The plants are halophytes and grow at the shores of very saline flat lagoons and inland saltpans, often on thick salt crusts, together with few other halophytes, tolerating extreme salinity during the dry season. Microcnemum coralloides is a rare species.

== Systematics and phylogeny ==
The first valid species description was made in 1863 by Francisco Loscos Bernal and José Pardo Sastrón as Arthrocnemum coralloides Loscos & J.Pardo (in: Willkomm, H.M.: Series Inconfecta Plantarum Aragoniae, Dresde: p. 90). Before that, the authors had used the name Salicornia fastigiata in an unpublished manuscript, "Flora de Aragón". In 1876, Franz Ungern-Sternberg transferred the species to a new monotypic genus, Microcnemum. But his Microcnemum fastigiatum (Loscos & J.Pardo) Ung.-Sternb. was an illegitimate name, because it is based on an unpublished name. Odón de Buen corrected the combination to Microcnemum coralloides (Loscos & J.Pardo) Buen in 1883. A further synonym is Loscosia aragonensis Willk. ex Pau (nomen illegit).

The genus comprises just one species, Microcnemum coralloides. There are two subspecies differing mainly by their seed characters. Slight differences concerning height, succulence, branching, and coloration (the eastern subspecies is never purplish) are variable and seem to be influenced by seasonal fluctuations of rainfall and soil salinity.

- Microcnemum coralloides (Loscos & J.Pardo) Buen subsp. coralloides - with granulose or slightly papillose surface of the seed coat.
- Microcnemum coralloides subsp. anatolicum Wagenitz - with densely and distinctly papillose surface of the seed coat.

Microcnemum, together with the phylogenetic lineages of Sarcocornia/Salicornia and the Australian members (Tecticornia) of the subfamily Salicornioideae, probably evolved during the Mid Miocene at the shores of the Thetys Sea.

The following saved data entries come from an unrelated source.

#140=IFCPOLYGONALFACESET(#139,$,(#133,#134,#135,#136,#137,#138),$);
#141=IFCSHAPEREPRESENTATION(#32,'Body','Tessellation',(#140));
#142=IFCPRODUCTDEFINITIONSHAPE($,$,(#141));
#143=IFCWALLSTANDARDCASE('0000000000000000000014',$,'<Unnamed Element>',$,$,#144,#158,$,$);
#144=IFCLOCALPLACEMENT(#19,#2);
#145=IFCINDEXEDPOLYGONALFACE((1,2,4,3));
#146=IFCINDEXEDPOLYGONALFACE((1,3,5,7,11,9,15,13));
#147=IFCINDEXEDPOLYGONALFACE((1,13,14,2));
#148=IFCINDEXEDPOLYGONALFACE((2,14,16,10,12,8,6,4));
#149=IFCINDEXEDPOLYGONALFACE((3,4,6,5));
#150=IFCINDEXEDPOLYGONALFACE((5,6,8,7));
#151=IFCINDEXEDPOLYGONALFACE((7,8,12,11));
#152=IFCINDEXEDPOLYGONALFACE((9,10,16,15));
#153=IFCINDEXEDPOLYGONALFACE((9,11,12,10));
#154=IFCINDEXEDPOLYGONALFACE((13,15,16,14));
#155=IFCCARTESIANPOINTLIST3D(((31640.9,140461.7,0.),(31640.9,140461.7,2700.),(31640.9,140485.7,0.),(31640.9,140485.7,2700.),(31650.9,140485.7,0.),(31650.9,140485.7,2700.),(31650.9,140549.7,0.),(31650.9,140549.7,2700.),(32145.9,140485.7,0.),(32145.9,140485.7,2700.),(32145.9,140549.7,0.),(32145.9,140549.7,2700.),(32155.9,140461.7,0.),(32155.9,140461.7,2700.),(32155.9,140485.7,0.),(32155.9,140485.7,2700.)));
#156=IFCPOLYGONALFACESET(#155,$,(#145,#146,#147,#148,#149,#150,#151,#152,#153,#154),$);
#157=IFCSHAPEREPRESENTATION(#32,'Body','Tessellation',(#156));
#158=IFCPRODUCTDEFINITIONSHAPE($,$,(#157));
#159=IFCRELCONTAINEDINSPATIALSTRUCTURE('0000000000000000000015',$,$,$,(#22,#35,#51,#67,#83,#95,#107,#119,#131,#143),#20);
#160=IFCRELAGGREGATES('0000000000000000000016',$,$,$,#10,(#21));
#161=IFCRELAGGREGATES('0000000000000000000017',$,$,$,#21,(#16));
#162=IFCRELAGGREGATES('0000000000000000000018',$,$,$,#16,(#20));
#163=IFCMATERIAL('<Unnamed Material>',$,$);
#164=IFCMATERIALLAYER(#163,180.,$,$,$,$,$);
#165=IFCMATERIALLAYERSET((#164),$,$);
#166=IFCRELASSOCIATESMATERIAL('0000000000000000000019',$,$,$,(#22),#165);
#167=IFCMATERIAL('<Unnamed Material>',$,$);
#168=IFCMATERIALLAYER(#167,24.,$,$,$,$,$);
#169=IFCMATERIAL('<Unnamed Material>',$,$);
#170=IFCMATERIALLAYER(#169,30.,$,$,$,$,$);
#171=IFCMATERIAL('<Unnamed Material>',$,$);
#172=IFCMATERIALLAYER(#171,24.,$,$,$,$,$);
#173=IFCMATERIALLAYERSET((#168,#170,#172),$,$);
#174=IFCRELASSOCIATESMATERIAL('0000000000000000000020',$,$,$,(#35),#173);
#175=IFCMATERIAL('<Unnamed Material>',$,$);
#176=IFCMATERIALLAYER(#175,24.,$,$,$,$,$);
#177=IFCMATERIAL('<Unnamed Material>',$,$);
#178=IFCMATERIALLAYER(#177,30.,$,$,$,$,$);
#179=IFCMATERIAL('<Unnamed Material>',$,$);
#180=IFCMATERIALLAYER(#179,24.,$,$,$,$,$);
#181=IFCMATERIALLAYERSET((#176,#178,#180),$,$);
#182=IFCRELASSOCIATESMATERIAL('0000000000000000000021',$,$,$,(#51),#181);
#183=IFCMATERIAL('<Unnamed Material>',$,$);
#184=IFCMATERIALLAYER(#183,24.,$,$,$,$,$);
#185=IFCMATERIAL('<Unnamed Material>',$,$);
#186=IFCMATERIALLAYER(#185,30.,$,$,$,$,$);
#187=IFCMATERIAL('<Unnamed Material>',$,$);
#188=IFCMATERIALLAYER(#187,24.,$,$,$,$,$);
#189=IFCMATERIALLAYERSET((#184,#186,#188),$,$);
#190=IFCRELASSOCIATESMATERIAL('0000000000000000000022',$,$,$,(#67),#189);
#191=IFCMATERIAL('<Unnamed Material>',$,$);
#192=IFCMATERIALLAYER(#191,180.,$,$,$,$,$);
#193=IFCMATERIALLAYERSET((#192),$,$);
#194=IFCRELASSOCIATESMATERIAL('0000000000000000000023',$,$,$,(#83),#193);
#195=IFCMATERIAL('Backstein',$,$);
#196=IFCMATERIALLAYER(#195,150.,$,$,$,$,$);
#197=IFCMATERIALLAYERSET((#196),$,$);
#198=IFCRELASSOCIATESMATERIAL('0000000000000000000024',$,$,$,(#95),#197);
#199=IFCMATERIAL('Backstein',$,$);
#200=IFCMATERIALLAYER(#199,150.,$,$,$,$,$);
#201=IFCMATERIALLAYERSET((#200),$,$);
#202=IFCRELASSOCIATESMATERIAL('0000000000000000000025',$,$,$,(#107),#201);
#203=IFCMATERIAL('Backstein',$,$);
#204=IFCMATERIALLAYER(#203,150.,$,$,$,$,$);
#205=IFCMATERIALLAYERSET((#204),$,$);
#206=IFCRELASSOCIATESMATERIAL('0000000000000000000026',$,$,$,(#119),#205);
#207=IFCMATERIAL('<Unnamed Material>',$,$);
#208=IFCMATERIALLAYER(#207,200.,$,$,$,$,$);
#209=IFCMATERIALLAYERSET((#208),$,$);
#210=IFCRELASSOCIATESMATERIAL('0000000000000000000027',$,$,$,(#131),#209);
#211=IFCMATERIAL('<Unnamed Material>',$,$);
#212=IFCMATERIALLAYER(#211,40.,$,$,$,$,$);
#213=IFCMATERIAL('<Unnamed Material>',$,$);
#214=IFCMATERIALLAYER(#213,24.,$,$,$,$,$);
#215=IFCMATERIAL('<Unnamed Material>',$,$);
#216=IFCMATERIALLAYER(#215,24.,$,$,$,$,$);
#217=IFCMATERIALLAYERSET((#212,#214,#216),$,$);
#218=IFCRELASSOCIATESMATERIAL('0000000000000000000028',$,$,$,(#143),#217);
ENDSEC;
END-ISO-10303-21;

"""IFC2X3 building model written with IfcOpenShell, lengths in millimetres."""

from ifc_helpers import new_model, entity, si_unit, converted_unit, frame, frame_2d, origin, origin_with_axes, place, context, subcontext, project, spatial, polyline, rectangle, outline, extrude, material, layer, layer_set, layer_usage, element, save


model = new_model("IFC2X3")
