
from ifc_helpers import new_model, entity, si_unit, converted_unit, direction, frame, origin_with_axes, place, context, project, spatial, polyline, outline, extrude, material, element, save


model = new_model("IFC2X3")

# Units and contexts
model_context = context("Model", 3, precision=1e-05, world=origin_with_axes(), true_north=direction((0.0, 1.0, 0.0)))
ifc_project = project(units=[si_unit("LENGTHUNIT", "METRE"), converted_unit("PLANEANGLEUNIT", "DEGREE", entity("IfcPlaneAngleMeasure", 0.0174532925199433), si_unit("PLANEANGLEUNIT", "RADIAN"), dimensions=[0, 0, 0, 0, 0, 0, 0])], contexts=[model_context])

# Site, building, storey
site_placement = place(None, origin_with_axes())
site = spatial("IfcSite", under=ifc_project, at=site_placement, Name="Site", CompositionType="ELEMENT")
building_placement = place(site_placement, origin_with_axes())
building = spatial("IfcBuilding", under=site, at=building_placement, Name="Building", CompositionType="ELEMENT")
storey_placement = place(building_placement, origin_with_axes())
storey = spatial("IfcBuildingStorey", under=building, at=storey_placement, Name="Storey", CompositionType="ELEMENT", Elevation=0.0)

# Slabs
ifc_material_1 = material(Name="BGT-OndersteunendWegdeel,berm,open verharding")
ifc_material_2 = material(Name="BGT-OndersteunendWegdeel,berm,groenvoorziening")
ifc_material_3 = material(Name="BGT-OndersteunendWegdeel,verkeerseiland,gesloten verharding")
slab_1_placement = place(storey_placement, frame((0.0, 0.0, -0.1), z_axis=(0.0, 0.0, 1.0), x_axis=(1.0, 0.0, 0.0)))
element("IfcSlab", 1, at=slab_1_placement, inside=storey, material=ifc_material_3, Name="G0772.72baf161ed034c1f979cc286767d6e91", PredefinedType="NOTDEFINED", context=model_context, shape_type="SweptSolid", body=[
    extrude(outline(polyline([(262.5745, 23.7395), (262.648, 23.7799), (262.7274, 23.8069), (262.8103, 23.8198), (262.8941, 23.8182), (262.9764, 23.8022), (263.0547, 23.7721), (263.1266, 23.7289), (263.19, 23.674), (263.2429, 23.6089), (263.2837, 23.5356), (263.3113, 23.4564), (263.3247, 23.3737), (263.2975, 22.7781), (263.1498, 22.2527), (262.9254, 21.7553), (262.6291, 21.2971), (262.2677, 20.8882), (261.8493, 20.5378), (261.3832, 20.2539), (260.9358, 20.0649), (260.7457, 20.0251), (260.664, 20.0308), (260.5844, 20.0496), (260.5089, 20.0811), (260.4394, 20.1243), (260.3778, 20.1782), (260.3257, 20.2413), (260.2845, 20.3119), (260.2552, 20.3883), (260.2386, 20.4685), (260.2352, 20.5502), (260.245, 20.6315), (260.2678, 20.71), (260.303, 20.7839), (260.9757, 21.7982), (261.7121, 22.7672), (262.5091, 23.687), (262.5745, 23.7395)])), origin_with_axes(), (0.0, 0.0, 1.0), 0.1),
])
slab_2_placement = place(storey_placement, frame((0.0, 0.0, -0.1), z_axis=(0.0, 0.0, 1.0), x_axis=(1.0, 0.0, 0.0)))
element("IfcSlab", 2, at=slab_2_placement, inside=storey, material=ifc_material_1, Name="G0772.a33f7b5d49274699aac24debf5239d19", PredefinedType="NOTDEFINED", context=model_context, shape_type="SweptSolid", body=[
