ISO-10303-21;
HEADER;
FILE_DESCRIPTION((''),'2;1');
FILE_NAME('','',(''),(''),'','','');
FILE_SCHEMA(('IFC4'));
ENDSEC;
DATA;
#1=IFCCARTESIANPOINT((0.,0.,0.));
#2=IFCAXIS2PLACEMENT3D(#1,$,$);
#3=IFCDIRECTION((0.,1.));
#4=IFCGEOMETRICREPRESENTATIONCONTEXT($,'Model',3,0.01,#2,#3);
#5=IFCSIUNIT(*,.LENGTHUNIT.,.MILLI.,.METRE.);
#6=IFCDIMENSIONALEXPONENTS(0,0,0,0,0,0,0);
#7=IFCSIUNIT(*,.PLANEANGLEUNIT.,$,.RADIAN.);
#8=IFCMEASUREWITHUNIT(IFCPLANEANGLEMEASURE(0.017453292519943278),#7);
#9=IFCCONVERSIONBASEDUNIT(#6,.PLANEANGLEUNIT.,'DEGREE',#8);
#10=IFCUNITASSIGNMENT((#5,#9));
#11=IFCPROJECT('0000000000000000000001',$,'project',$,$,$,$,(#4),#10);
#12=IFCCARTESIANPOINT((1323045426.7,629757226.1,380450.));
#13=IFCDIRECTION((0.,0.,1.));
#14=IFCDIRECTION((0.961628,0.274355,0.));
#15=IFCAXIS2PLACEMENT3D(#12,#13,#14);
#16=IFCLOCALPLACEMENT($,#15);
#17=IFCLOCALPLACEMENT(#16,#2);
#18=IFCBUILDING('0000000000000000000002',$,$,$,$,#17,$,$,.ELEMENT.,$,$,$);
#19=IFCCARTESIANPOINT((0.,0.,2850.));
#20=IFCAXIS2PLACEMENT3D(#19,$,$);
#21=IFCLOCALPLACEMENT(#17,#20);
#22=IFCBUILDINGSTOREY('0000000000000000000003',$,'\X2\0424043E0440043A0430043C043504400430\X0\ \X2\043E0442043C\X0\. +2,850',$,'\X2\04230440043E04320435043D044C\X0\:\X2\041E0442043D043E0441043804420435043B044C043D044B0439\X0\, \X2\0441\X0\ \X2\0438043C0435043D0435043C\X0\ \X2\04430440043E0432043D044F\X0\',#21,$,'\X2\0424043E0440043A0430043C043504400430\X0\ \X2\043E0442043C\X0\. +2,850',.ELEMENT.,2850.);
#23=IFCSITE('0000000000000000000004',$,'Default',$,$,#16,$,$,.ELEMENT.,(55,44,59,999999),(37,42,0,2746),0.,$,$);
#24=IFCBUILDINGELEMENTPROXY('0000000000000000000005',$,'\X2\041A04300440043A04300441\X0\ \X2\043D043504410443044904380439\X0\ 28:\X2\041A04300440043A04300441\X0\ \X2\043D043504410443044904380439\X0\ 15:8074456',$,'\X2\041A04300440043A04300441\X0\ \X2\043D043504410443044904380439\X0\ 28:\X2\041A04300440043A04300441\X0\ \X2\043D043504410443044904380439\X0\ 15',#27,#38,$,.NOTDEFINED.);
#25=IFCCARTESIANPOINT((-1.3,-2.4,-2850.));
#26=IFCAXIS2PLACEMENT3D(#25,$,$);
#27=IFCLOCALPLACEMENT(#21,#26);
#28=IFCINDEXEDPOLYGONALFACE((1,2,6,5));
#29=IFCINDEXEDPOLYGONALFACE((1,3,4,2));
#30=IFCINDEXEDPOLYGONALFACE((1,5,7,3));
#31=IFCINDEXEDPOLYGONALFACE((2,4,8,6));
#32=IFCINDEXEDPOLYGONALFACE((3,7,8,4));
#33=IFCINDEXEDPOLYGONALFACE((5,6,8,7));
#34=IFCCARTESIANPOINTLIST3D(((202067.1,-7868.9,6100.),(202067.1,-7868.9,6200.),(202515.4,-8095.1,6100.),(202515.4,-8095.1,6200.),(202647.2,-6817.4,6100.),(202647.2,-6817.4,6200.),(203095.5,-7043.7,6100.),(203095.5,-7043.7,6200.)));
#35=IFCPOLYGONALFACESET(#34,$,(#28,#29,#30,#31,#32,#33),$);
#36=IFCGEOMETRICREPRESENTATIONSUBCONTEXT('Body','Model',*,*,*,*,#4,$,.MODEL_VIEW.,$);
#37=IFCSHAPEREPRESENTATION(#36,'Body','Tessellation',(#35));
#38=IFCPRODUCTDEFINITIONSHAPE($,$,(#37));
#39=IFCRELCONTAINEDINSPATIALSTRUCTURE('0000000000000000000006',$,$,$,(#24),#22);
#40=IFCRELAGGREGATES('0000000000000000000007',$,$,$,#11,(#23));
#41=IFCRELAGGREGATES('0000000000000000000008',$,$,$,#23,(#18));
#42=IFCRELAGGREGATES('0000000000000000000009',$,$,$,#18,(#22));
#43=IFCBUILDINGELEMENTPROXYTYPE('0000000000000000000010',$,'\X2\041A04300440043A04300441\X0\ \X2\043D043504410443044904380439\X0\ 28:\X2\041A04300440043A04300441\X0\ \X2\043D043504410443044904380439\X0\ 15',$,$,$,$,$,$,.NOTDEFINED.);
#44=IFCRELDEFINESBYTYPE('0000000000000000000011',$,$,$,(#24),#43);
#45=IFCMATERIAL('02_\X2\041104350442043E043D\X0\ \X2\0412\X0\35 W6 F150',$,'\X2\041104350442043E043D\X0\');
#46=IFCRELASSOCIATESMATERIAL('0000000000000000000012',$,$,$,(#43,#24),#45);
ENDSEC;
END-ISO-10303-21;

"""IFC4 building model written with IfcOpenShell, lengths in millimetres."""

from ifc_helpers import new_model, entity, si_unit, converted_unit, direction, frame, origin, place, context, subcontext, project, spatial, indexed_curve, outline, extrude, source, transform, mapped, material, type_object, type_shapes, element, save


model = new_model("IFC4")

# Units and contexts
model_context = context("Model", 3, precision=0.01, world=origin(), true_north=direction((0.0, 1.0)))
body_context = subcontext(model_context, "Body", "Model", "MODEL_VIEW")
ifc_project = project(units=[si_unit("LENGTHUNIT", "METRE", prefix="MILLI"), converted_unit("PLANEANGLEUNIT", "DEGREE", entity("IfcPlaneAngleMeasure", 0.017453292519943278), si_unit("PLANEANGLEUNIT", "RADIAN"), dimensions=[0, 0, 0, 0, 0, 0, 0])], contexts=[model_context])

# Site, building, storey
site_placement = place(None, frame((1323045426.7, 629757226.1, 380450.0), z_axis=(0.0, 0.0, 1.0), x_axis=(0.961628, 0.274355, 0.0)))
site = spatial("IfcSite", under=ifc_project, at=site_placement, Name="Default", CompositionType="ELEMENT", RefLatitude=(55, 44, 59, 999999), RefLongitude=(37, 42, 0, 2746), RefElevation=0.0)
building_placement = place(site_placement, origin())
building = spatial("IfcBuilding", under=site, at=building_placement, CompositionType="ELEMENT")
storey_placement = place(building_placement, frame((0.0, 0.0, 2850.0)))
storey = spatial("IfcBuildingStorey", under=building, at=storey_placement, Name="Форкамера отм. +2,850", ObjectType="Уровень:Относительный, с именем уровня", LongName="Форкамера отм. +2,850", CompositionType="ELEMENT", Elevation=2850.0)

# Building element proxy
ifc_material = material(Name="02_Бетон В35 W6 F150", Category="Бетон")
building_element_proxy_type_1 = type_object("IfcBuildingElementProxyType", Name="Каркас несущий 28:Каркас несущий 15", PredefinedType="NOTDEFINED", material=ifc_material)
shared_shape_1 = source(origin(), body_context, "Body", "SweptSolid", [
    extrude(outline(indexed_curve([(-591.2, -250.9), (609.7, -250.9), (591.2, 250.9), (-609.7, 250.9), (-591.2, -250.9)], self_intersect=False)), frame((202581.3, -7456.3, 6100.0), z_axis=(0.0, 0.0, 1.0), x_axis=(-0.483055, -0.87559, 0.0)), (0.0, 0.0, 1.0), 100.0),
])
type_shapes(building_element_proxy_type_1, [shared_shape_1])
proxy_1_placement = place(storey_placement, frame((-1.3, -2.4, -2850.0)))
element("IfcBuildingElementProxy", 1, at=proxy_1_placement, inside=storey, type_object=building_element_proxy_type_1, material=ifc_material, Name="Каркас несущий 28:Каркас несущий 15:8074456", ObjectType="Каркас несущий 28:Каркас несущий 15", PredefinedType="NOTDEFINED", context=body_context, shape_type="MappedRepresentation", body=[
    mapped(shared_shape_1, transform((0.0, 0.0, 0.0), scale=1.0)),
])

save(model, "model.ifc")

Phylogenetic research indicates that Microcnemum coralloides originated in the East Mediterranean region, the split of the subspecies ranging from 2.8 to 0.5 million years ago. Microcnemum coralloides subsp. coralloides seems to have evolved during cold periods of the Early Pleistocene, when lower sea level allowed westward migration along coastal saline lagoons. Probably soon after the arrival in Iberia, the distribution range was interrupted during a following warm period.